With respect to any or all of the message flow diagrams, scenarios, and flow charts in the figures and as discussed herein, each step, block, and/or communication can represent a processing of information and/or a transmission of information in accordance with example embodiments. Alternative embodiments are included within the scope of these example embodiments. In these alternative embodiments, for example, operations described as steps, blocks, transmissions, communications, requests, responses, and/or messages can be executed out of order from that shown or discussed, including substantially concurrently or in reverse order, depending on the functionality involved. Further, more or fewer blocks and/or operations can be used with any of the message flow diagrams, scenarios, and flow charts discussed herein, and these message flow diagrams, scenarios, and flow charts can be combined with one another, in part or in whole.

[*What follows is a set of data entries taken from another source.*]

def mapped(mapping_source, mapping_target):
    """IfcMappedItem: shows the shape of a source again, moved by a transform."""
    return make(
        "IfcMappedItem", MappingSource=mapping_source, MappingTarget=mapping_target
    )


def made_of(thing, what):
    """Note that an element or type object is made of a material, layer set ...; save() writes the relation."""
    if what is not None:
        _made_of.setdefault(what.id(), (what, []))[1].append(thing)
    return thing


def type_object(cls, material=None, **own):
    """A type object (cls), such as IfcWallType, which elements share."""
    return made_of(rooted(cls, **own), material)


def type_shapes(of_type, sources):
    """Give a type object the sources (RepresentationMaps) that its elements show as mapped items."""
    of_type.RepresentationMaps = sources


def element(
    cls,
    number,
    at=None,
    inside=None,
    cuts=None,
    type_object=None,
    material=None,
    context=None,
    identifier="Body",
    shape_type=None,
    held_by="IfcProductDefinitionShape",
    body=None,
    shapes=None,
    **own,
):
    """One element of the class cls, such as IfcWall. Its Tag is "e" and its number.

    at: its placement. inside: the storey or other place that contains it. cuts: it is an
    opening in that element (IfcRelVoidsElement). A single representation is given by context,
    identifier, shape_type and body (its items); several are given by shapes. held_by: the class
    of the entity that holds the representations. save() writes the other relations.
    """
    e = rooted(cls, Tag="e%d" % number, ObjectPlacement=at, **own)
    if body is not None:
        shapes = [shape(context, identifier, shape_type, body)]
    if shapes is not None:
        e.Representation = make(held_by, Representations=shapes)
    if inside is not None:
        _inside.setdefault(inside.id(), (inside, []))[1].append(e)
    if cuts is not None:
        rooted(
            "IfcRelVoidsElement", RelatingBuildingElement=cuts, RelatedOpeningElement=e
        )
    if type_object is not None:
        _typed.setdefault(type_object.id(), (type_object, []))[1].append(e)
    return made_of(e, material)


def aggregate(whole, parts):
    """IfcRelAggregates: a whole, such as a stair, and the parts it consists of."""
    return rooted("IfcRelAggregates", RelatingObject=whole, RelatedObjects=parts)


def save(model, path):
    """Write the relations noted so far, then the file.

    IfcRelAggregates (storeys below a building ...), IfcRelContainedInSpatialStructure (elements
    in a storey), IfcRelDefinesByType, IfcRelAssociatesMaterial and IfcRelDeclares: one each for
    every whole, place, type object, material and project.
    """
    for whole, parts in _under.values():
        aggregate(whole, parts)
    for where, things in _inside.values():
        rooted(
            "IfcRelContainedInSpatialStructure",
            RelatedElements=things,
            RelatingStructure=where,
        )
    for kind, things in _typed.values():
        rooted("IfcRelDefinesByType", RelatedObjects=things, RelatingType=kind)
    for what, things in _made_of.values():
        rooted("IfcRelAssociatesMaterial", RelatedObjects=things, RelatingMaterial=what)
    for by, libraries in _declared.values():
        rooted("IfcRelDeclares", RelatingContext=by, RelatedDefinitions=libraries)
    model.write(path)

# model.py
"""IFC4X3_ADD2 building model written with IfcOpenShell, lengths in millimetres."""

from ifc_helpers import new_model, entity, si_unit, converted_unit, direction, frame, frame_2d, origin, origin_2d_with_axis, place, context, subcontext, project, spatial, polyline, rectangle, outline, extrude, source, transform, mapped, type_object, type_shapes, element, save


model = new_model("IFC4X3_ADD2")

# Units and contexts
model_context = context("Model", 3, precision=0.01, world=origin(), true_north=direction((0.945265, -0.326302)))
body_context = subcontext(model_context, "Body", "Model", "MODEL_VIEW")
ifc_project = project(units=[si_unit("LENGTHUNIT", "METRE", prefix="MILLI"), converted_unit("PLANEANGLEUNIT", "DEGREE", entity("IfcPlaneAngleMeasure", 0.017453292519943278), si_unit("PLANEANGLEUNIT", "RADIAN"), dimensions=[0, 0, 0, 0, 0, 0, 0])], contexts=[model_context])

A step or block that represents a processing of information can correspond to circuitry that can be configured to perform the specific logical functions of a herein-described method or technique. Alternatively or additionally, a step or block that represents a processing of information can correspond to a module, a segment, or a portion of program code (including related data). The program code can include one or more instructions executable by a processor for implementing specific logical operations or actions in the method or technique. The program code and/or related data can be stored on any type of computer readable medium such as a storage device including RAM, a disk drive, a solid-state drive, or another storage medium.

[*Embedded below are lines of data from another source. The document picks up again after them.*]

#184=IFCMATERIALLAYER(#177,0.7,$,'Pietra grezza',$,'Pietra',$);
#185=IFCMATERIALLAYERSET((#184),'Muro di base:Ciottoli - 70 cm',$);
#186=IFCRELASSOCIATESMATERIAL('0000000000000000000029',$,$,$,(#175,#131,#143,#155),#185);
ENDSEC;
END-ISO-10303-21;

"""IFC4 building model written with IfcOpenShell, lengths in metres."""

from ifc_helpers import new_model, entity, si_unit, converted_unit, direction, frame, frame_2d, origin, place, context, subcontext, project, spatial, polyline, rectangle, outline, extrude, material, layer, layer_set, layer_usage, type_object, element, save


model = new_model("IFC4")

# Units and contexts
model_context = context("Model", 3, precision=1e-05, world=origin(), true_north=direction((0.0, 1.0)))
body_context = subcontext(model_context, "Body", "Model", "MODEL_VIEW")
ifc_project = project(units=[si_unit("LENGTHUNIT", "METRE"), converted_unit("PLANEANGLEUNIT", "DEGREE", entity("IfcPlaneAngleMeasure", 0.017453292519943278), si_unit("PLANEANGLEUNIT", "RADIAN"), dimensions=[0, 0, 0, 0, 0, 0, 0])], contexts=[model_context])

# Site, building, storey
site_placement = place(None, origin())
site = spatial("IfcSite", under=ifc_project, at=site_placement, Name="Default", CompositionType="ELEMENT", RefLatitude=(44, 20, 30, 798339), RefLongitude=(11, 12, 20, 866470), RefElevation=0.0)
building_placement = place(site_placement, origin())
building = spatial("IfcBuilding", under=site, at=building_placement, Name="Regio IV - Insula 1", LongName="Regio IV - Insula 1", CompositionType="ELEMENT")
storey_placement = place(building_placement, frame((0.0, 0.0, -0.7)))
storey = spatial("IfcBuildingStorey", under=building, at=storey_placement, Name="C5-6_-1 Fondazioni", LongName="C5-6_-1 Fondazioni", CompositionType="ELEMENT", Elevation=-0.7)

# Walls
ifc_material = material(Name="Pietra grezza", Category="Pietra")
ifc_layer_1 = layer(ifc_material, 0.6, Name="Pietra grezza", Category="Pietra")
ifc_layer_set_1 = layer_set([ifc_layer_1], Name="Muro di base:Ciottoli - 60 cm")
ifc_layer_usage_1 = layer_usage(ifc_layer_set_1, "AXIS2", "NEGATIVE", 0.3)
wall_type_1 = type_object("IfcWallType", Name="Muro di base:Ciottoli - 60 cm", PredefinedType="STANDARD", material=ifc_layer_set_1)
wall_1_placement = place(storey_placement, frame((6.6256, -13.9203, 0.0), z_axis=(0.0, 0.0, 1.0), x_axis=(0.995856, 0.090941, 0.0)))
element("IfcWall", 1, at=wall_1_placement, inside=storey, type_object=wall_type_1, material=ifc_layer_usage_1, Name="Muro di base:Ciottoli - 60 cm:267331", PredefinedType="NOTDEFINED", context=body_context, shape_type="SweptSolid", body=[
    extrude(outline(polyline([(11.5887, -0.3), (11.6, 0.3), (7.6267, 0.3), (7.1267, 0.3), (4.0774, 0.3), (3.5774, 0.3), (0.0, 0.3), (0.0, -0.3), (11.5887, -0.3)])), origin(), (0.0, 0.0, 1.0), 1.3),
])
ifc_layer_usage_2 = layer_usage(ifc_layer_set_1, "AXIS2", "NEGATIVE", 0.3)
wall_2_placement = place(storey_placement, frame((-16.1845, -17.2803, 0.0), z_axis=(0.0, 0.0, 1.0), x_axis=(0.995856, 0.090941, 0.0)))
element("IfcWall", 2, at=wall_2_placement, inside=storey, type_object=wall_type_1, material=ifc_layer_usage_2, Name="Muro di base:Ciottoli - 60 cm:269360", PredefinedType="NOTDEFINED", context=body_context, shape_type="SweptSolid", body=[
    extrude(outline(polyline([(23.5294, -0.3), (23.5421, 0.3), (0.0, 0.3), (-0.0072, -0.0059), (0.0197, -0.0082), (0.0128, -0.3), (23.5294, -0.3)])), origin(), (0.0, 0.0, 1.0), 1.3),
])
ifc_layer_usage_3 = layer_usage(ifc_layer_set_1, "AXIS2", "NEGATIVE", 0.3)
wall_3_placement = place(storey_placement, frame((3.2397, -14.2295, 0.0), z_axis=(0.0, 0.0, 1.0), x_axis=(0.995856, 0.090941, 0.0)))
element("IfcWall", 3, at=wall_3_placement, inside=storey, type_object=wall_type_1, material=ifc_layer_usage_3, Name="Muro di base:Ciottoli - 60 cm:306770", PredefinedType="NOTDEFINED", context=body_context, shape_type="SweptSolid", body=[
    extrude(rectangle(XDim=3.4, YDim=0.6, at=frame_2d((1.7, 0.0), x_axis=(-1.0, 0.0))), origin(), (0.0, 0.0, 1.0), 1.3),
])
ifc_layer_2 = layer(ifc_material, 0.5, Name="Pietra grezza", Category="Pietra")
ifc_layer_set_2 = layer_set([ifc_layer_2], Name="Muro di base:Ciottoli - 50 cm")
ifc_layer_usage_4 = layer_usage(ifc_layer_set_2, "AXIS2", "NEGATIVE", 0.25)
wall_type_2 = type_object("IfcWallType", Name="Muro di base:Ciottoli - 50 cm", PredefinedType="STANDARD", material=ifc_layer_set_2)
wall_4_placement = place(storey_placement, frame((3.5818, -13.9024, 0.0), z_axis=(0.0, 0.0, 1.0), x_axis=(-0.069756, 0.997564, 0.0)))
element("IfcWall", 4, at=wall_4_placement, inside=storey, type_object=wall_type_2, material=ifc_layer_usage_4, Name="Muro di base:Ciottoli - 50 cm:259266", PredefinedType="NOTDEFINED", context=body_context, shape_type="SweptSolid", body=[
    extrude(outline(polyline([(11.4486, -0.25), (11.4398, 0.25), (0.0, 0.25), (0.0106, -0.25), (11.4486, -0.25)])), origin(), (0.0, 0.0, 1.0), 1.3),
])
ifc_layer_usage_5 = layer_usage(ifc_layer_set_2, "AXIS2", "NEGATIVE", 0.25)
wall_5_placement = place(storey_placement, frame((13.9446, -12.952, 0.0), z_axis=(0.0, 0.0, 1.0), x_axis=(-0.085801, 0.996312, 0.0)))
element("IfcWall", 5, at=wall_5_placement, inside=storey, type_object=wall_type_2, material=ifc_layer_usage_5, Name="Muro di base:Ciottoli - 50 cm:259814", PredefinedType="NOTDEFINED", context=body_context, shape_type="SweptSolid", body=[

The computer readable medium can also include non-transitory computer readable media such as non-transitory computer readable media that store data for short periods of time like register memory and processor cache. The non-transitory computer readable media can further include non-transitory computer readable media that store program code and/or data for longer periods of time. Thus, the non-transitory computer readable media may include secondary or persistent long-term storage, like ROM, optical or magnetic disks, solid-state drives, or compact disc read only memory (CD-ROM), for example. The non-transitory computer readable media can also be any other volatile or non-volatile storage systems. A non-transitory computer readable medium can be considered a computer readable storage medium, for example, or a tangible storage device.

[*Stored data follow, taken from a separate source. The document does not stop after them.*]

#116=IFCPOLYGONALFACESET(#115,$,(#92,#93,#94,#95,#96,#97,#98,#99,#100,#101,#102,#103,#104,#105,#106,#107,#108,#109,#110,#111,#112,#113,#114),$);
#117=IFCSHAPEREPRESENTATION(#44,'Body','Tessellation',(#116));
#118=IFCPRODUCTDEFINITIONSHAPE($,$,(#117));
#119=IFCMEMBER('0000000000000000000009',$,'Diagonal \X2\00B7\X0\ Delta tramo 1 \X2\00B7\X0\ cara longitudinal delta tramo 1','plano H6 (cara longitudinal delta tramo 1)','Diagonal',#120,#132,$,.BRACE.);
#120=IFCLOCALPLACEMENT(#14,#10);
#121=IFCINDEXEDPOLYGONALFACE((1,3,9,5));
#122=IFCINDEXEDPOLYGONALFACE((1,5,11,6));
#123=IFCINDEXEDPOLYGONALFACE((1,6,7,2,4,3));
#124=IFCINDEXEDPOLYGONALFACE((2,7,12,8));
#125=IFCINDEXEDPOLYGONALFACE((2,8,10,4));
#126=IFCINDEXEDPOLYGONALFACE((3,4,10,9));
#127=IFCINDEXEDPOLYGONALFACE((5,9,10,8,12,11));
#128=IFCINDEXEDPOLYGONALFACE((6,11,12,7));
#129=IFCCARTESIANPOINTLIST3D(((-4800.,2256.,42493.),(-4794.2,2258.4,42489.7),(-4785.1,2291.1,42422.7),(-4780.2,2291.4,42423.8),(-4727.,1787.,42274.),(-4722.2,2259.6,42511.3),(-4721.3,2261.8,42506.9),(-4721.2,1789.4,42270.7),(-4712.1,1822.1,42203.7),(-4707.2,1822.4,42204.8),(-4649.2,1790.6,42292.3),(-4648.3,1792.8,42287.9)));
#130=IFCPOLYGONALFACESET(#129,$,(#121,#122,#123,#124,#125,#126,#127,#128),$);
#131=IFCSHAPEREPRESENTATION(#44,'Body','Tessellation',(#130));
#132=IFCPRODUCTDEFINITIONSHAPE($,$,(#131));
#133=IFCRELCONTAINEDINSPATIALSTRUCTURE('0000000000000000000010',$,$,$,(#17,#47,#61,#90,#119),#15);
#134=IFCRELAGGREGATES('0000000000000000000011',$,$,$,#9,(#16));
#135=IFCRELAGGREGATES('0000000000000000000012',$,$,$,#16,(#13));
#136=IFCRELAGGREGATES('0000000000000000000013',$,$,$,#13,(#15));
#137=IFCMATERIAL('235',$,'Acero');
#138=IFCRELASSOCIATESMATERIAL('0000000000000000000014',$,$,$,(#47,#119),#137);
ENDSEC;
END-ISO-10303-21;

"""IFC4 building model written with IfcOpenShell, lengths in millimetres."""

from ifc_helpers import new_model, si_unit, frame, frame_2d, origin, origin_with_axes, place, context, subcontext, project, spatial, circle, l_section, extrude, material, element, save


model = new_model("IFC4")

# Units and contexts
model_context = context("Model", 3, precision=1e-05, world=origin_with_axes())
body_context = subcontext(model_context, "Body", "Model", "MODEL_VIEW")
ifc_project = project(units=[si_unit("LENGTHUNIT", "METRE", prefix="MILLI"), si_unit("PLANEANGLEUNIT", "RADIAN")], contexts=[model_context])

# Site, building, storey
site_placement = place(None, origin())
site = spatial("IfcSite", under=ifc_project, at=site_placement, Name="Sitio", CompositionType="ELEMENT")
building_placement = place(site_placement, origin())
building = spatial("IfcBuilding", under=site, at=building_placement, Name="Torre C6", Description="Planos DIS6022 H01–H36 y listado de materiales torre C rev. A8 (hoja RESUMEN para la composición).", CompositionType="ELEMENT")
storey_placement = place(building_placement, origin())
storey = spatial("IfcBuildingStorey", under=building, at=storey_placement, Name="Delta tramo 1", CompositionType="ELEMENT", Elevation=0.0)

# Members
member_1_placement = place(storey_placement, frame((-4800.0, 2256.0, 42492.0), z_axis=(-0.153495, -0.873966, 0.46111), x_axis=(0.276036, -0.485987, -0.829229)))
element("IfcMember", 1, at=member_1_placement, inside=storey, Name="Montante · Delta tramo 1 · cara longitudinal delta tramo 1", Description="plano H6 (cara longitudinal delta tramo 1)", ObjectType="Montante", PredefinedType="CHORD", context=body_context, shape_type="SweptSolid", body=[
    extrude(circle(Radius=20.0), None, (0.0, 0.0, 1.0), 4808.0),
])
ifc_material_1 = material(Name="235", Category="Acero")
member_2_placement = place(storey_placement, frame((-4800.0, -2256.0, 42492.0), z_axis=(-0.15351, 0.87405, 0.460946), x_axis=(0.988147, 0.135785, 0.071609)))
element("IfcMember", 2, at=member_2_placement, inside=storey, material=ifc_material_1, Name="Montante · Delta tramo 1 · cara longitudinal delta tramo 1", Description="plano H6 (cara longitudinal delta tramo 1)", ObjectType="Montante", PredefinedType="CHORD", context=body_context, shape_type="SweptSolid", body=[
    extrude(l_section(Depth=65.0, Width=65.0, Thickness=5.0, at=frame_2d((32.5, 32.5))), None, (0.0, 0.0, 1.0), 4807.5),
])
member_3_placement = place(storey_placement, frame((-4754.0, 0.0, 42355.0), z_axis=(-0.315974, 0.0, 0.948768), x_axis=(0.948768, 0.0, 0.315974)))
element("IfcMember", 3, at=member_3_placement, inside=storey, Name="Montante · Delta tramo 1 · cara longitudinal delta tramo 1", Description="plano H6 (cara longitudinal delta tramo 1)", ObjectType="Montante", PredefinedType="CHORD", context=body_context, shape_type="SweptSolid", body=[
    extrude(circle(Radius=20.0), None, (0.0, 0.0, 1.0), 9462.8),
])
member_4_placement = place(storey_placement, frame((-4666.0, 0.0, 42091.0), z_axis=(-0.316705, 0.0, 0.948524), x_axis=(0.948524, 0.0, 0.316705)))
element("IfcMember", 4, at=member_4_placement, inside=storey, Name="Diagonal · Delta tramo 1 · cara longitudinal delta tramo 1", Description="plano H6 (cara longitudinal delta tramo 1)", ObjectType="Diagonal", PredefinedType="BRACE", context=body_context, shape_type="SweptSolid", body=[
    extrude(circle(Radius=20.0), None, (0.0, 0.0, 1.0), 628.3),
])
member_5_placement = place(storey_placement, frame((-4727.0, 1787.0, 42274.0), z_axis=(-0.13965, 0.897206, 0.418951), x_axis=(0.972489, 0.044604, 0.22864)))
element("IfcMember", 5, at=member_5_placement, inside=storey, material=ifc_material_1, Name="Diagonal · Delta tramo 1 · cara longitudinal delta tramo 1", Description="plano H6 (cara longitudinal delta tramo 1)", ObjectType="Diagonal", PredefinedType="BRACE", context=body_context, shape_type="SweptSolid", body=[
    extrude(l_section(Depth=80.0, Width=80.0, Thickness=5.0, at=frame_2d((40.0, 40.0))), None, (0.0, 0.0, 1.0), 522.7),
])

Moreover, a step or block that represents one or more information transmissions can correspond to information transmissions between software and/or hardware modules in the same physical device. However, other information transmissions can be between software modules and/or hardware modules in different physical devices.

It should be understood that other embodiments could include more or less of each element shown in a given figure.

Claim 1:
A system comprising:
persistent storage containing a list of discovery commands, the discovery commands respectively associated with lists of network addresses;
one or more processors (<NUM>); and
a discovery validation application (<NUM>) that, when executed by the one or more processors (<NUM>), is configured to:
read, from the persistent storage, the list of discovery commands, and the lists of network addresses;
for each discovery command in the list of discovery commands, transmit, by way of one or more proxy servers (<NUM>) deployed external to the system, the discovery command to each network address in the respectively associated list of network addresses;
receive, by way of the one or more proxy servers (<NUM>), discovery results respectively corresponding to each of the discovery commands that were transmitted, wherein the discovery results either indicate success or failure of the discovery commands;
write, to the persistent storage, the discovery results;
report, for each discovery command corresponding to a respective discovery result, an indication of success or failure of the discovery command;
for each discovery command for which the indication is failure of the discovery command, receive user input to correct the discovery command; and
deploy the corrected discovery command for a next scheduled discovery procedure,
wherein the discovery validation application (<NUM>) executes before and independently of any discovery procedures scheduled to be performed by the system.